REST API allows accessing any historical message sent by a device within the specified “messages_ttl”. 

To receive a push-event from the platform once it sees a new message from the device (in real-time), you need to use either streams or MQTT API. We recommend MQTT API as a mechanism that is more convenient, does not require a public IP address, and is much more configurable.

By subscribing to “flespi/message/gw/devices/#” you will be able to receive all messages from all devices registered in the flespi platform, while “flespi/message/gw/channels/#” will deliver all messages received by the channels even if devices are not registered in the flespi platform.

Another nice opportunity not only to receive updates but also to receive all current information from all devices is to subscribe to “flespi/state/gw/devices/+/telemetry/+”. This subscription will immediately deliver the latest values of all parameters from all devices and once these parameters change, you will be push-notified about the update in the same MQTT connection.

To display the current position of all devices on the map you can subscribe to “flespi/state/gw/devices/+/telemetry/position” and receive only the position data that will be updated in real-time as devices move.
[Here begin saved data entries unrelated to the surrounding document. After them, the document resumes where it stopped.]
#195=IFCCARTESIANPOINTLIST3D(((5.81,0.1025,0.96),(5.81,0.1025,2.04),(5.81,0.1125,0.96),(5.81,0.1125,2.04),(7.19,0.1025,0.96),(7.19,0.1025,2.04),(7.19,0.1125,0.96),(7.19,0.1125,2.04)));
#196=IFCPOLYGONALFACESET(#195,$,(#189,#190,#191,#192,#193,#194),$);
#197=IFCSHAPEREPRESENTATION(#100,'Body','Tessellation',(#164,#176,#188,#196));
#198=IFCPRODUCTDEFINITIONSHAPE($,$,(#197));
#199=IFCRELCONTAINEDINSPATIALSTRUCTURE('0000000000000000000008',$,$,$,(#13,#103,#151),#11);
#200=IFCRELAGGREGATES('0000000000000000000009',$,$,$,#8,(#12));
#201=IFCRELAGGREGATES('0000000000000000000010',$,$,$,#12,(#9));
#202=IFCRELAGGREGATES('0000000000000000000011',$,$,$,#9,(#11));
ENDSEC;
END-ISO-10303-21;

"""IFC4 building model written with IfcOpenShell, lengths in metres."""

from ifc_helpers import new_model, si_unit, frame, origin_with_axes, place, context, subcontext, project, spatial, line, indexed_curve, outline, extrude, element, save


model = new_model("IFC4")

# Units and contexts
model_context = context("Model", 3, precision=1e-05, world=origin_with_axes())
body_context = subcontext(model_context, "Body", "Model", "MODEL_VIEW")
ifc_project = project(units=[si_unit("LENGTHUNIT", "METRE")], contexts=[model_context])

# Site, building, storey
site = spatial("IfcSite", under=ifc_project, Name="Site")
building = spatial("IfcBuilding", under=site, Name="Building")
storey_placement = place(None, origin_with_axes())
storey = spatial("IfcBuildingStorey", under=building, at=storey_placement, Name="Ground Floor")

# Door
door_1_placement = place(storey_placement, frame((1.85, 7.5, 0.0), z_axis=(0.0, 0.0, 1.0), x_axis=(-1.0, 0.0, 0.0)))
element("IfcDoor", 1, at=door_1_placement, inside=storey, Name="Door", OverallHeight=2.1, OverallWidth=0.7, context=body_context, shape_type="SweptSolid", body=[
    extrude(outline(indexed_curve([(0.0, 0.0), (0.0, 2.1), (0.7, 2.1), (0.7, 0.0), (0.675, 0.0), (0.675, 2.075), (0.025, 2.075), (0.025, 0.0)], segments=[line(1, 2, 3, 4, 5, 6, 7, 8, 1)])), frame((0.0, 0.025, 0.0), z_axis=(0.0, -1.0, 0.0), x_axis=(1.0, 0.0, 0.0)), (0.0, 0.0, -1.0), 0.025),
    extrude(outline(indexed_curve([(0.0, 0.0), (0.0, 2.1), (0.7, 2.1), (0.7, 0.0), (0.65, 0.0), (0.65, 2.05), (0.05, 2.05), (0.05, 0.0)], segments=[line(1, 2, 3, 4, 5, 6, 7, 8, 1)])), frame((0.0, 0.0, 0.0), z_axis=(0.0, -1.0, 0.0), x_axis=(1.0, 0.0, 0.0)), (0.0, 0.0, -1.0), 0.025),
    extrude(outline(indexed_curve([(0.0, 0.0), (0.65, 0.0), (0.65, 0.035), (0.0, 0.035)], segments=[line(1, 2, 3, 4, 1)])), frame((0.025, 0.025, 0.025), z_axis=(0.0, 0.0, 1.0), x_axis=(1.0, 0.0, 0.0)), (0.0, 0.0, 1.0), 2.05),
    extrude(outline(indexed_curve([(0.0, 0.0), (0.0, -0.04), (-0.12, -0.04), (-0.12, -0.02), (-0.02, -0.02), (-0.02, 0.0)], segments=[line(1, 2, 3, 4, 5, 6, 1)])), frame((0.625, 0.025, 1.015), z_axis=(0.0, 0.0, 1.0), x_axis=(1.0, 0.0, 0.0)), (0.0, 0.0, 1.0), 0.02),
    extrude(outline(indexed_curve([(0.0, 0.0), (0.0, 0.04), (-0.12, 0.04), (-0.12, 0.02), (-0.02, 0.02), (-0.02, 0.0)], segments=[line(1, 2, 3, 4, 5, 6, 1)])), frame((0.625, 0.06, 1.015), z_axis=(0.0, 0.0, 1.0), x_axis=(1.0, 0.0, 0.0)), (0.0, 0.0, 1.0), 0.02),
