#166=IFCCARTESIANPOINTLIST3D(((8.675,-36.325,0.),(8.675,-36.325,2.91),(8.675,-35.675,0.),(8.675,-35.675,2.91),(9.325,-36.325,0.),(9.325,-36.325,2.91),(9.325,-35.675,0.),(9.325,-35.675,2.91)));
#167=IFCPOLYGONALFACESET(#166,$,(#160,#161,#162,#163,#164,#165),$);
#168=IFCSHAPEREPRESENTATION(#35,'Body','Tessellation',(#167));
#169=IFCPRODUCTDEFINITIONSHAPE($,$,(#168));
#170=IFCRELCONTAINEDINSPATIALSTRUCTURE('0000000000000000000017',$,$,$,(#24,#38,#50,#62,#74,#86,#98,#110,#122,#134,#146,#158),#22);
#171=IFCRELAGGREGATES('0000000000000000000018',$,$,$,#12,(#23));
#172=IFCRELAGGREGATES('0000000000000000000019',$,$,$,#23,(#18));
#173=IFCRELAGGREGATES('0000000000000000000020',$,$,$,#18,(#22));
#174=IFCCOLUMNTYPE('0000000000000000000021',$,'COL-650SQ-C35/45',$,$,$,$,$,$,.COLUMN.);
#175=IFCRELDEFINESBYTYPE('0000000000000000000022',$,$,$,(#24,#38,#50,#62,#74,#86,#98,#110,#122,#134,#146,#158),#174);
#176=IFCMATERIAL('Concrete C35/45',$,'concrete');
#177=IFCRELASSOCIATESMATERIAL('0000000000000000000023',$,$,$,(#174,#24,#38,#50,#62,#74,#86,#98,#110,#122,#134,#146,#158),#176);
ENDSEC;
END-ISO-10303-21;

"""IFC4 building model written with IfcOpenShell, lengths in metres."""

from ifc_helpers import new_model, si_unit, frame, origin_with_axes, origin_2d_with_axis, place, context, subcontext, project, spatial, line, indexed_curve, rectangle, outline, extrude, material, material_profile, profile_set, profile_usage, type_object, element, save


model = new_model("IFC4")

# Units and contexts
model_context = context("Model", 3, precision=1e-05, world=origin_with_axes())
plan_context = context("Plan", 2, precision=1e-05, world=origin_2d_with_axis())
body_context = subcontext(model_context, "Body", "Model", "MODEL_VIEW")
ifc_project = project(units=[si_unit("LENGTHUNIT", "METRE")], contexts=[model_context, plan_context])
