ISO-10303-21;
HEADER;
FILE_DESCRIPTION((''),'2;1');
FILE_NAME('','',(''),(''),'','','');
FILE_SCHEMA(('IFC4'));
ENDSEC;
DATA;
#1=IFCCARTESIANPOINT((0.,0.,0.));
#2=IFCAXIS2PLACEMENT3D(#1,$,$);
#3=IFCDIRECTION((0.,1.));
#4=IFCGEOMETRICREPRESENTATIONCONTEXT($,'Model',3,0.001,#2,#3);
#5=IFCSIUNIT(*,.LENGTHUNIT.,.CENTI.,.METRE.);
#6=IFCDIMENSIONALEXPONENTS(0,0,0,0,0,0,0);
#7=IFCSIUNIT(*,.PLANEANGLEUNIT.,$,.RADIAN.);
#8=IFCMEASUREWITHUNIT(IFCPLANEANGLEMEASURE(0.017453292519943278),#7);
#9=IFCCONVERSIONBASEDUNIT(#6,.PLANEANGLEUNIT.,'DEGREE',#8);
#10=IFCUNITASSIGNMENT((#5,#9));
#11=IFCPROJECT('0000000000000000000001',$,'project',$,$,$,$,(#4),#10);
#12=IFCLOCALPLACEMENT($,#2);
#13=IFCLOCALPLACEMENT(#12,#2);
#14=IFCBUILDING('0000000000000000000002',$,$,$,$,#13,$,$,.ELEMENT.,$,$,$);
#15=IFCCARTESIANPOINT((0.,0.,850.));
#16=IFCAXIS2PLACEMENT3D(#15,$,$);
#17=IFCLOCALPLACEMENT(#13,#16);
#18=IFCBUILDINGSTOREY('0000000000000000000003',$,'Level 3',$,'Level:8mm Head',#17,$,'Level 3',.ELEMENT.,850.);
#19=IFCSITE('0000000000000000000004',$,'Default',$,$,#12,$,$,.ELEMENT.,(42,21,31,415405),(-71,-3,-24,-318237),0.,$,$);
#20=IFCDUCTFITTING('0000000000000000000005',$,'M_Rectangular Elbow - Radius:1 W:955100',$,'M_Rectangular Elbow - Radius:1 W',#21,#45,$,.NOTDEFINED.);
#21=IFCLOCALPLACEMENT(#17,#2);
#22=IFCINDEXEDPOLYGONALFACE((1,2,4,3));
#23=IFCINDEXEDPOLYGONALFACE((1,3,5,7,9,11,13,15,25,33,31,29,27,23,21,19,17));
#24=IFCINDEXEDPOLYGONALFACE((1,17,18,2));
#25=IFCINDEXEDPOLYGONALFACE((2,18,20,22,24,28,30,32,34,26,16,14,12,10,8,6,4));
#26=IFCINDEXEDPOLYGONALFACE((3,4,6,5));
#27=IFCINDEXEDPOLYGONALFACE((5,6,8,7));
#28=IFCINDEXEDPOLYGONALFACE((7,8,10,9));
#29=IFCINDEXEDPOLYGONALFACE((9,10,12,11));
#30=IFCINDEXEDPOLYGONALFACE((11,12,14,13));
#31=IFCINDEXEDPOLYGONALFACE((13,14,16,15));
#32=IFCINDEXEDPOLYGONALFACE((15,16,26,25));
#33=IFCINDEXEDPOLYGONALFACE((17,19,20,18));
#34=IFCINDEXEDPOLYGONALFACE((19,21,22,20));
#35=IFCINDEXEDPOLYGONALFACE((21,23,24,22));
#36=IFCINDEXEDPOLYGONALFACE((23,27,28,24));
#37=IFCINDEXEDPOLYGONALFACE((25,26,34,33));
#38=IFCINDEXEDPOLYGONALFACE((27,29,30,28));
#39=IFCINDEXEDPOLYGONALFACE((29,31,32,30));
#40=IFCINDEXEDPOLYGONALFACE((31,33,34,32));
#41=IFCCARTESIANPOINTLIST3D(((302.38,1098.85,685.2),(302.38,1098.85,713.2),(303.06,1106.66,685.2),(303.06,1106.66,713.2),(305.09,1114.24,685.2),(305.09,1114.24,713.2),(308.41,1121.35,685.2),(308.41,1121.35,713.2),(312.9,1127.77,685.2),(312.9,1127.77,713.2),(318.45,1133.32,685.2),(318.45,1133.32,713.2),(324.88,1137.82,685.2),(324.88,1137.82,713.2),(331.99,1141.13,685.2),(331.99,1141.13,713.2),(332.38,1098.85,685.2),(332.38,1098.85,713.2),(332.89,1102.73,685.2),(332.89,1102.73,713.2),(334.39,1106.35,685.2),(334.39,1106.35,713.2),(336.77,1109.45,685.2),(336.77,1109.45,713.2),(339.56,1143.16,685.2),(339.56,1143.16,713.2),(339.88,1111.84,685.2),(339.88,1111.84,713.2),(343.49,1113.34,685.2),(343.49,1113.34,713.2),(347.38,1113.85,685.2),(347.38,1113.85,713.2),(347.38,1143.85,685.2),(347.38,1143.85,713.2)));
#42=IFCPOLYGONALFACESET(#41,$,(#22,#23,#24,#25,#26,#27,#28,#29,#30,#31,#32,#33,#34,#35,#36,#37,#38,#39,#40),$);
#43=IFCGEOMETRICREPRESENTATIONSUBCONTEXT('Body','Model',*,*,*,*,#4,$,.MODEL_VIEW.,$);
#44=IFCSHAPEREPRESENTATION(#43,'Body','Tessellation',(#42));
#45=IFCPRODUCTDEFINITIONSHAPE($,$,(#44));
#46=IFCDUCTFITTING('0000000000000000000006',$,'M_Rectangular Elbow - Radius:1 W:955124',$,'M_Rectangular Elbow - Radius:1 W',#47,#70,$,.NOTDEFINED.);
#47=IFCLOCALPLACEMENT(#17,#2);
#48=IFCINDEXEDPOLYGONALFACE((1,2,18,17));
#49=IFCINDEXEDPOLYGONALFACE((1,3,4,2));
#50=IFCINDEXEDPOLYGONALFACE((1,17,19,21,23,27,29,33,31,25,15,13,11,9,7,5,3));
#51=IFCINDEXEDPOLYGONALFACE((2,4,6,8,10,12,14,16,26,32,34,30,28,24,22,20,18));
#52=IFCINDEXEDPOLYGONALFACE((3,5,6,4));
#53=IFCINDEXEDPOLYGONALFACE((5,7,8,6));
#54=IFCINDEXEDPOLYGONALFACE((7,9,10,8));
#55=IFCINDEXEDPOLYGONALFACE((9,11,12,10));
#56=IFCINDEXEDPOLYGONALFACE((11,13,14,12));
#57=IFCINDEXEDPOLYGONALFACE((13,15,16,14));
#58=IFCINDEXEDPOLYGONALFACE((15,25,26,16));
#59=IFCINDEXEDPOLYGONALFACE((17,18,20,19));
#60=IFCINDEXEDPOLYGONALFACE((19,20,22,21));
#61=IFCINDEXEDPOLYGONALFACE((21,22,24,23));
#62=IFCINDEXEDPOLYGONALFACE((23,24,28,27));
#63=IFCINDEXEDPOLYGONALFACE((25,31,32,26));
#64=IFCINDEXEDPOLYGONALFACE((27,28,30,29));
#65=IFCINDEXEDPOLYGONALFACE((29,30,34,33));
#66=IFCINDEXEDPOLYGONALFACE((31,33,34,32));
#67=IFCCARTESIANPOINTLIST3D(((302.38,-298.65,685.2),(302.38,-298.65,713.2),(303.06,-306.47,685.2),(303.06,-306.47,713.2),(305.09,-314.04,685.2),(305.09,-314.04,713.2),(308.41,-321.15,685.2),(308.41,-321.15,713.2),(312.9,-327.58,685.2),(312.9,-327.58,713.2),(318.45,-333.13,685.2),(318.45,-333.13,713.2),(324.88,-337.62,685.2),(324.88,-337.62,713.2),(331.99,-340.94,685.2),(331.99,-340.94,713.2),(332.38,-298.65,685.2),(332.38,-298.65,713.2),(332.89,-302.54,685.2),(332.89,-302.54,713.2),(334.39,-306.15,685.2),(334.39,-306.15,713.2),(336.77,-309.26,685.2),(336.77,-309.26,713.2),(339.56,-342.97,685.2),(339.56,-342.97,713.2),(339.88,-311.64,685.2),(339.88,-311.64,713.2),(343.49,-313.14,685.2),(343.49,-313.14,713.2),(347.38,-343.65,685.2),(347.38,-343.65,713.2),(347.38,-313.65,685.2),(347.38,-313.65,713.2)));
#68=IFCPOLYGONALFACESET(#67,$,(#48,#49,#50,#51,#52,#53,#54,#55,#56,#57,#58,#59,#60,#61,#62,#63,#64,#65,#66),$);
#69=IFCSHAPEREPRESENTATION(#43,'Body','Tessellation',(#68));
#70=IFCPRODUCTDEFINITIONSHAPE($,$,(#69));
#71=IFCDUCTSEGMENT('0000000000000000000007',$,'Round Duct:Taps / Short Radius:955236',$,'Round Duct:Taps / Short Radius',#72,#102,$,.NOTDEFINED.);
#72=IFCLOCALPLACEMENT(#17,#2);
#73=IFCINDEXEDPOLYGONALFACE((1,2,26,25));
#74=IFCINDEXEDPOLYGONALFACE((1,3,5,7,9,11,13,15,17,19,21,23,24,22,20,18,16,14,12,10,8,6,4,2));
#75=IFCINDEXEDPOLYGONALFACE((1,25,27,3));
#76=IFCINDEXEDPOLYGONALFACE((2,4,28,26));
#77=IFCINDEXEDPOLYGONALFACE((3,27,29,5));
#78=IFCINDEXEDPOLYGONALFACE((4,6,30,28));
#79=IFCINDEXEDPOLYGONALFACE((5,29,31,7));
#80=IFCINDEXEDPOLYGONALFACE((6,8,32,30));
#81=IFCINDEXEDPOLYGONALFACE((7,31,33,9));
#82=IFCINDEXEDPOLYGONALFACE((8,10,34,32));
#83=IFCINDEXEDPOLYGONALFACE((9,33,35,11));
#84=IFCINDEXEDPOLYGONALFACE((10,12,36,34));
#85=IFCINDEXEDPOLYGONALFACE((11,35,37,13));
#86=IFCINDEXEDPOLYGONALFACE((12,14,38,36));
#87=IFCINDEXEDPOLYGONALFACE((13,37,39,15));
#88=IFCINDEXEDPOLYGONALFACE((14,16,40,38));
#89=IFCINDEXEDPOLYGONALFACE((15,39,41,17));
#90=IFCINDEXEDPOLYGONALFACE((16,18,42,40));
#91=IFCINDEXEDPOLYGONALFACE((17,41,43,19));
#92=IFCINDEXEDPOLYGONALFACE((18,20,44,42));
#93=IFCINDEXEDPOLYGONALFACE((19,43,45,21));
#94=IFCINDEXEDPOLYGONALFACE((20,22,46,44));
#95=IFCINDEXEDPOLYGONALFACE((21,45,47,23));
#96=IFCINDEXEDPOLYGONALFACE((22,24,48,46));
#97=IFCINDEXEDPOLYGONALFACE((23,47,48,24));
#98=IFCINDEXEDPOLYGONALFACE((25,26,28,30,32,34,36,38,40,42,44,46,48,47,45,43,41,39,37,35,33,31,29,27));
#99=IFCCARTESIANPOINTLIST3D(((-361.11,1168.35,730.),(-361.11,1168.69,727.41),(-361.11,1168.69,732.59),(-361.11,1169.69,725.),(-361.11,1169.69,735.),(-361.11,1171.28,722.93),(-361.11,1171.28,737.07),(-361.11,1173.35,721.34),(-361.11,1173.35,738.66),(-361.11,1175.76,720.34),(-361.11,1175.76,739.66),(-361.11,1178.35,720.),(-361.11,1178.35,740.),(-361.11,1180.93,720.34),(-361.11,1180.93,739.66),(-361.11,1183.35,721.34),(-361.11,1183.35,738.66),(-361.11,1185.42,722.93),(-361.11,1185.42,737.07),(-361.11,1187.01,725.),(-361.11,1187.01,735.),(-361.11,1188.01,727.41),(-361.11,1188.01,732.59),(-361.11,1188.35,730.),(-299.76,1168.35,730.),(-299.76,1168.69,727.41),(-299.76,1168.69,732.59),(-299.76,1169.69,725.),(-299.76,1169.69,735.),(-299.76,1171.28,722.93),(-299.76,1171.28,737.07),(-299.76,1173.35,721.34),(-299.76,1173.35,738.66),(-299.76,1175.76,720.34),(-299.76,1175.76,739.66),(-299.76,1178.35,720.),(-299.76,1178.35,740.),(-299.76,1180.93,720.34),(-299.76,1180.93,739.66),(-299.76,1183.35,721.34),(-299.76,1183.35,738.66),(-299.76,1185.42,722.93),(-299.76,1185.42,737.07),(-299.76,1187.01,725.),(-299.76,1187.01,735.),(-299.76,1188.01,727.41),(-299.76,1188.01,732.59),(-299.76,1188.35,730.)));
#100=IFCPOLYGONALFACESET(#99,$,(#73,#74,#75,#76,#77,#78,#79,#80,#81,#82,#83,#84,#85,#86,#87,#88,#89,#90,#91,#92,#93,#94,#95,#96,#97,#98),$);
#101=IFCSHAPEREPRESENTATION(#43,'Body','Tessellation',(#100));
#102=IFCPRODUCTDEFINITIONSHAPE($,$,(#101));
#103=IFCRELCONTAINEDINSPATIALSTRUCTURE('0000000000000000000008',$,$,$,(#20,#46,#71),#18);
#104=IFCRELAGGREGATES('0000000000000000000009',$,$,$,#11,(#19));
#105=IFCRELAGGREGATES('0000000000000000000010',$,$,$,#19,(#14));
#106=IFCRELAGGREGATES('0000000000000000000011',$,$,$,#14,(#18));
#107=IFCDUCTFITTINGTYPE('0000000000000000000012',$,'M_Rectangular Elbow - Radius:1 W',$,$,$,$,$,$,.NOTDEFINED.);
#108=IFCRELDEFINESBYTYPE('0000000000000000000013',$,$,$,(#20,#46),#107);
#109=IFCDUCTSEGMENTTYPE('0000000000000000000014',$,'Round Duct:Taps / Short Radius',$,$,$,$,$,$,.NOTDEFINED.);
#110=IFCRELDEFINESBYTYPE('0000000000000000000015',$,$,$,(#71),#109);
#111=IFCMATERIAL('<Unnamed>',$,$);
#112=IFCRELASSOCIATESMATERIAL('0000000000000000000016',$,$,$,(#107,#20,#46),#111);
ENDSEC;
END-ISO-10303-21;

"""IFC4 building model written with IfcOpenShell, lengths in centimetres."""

from ifc_helpers import new_model, entity, si_unit, converted_unit, direction, frame, origin, place, context, subcontext, project, spatial, line, arc, indexed_curve, outline, extrude, source, transform, mapped, material, type_object, type_shapes, element, save


model = new_model("IFC4")

# Units and contexts
model_context = context("Model", 3, precision=0.001, world=origin(), true_north=direction((0.0, 1.0)))
body_context = subcontext(model_context, "Body", "Model", "MODEL_VIEW")
ifc_project = project(units=[si_unit("LENGTHUNIT", "METRE", prefix="CENTI"), converted_unit("PLANEANGLEUNIT", "DEGREE", entity("IfcPlaneAngleMeasure", 0.017453292519943278), si_unit("PLANEANGLEUNIT", "RADIAN"), dimensions=[0, 0, 0, 0, 0, 0, 0])], contexts=[model_context])

# Site, building, storey
site_placement = place(None, origin())
site = spatial("IfcSite", under=ifc_project, at=site_placement, Name="Default", CompositionType="ELEMENT", RefLatitude=(42, 21, 31, 415405), RefLongitude=(-71, -3, -24, -318237), RefElevation=0.0)
building_placement = place(site_placement, origin())
building = spatial("IfcBuilding", under=site, at=building_placement, CompositionType="ELEMENT")
storey_placement = place(building_placement, frame((0.0, 0.0, 850.0)))
storey = spatial("IfcBuildingStorey", under=building, at=storey_placement, Name="Level 3", ObjectType="Level:8mm Head", LongName="Level 3", CompositionType="ELEMENT", Elevation=850.0)

# Duct fittings
ifc_material = material(Name="<Unnamed>")
duct_fitting_type_1 = type_object("IfcDuctFittingType", Name="M_Rectangular Elbow - Radius:1 W", PredefinedType="NOTDEFINED", material=ifc_material)
shared_shape_1 = source(origin(), body_context, "Body", "SweptSolid", [
    extrude(outline(indexed_curve([(-15.0, -30.0), (16.82, -16.82), (30.0, 15.0), (0.0, 15.0), (-4.39, 4.39), (-15.0, 0.0)], segments=[arc(1, 2, 3), line(3, 4), arc(4, 5, 6), line(6, 1)], self_intersect=False)), frame((-15.0, -15.0, -14.0), z_axis=(0.0, 0.0, 1.0), x_axis=(0.0, 1.0, 0.0)), (0.0, 0.0, 1.0), 28.0),
])
type_shapes(duct_fitting_type_1, [shared_shape_1])
for number, where, z_axis, x_axis, name in (
    (1, (317.38, 1128.85, 699.2), (0.0, 0.0, 1.0), (0.0, 1.0, 0.0), "M_Rectangular Elbow - Radius:1 W:955100"),
    (2, (317.38, -328.65, 699.2), (0.0, 0.0, 1.0), (-1.0, 0.0, 0.0), "M_Rectangular Elbow - Radius:1 W:955124"),
):
    element("IfcDuctFitting", number, at=place(storey_placement, frame(where, z_axis=z_axis, x_axis=x_axis)), inside=storey, type_object=duct_fitting_type_1, material=ifc_material, Name=name, ObjectType="M_Rectangular Elbow - Radius:1 W", PredefinedType="NOTDEFINED", context=body_context, shape_type="MappedRepresentation", body=[
        mapped(shared_shape_1, transform((0.0, 0.0, 0.0), scale=1.0)),
    ])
We have the open-source TelemetryViewer project that you may use to show telemetry parameters from selected devices.

Hint: playing around with the MQTT topics is convenient using the MQTT Board tool.

Further steps: data enrichment

Once the incoming data is saved as device messages, you can apply versatile data transformations via plugins. You can add or remove message parameters, add reverse geocoding data from Google or OSM, add LBS data, and even script a custom parsing scheme. You can explore more capabilities of plugins in the knowledge base.

Further steps: data analytics

Flespi also features a message processing pipeline — the analytics engineNow you can aggregate or process incoming device messages by applying math and logical operations to get insights, detect events, trigger notifications, generate reports, and more. E.g. detect and tag if the device is in a geofence, split a track into trips, group trips by time, etc. Some algorithms will be built-in but some of them can be implemented by customers and on their servers. The only acceptable way to communicate with external algorithms is also via MQTT :) 

***

Each month we will add more and more MQTT-based things. We are promoting the MQTT usage among developers worldwide with our free-to-use MQTT 5.0 broker and contribution of the MQTT 5.0 protocol support into the popular mqtt.js library

So if you are picking a method to access flespi, go for MQTT — there are plenty of clients for most programming languages.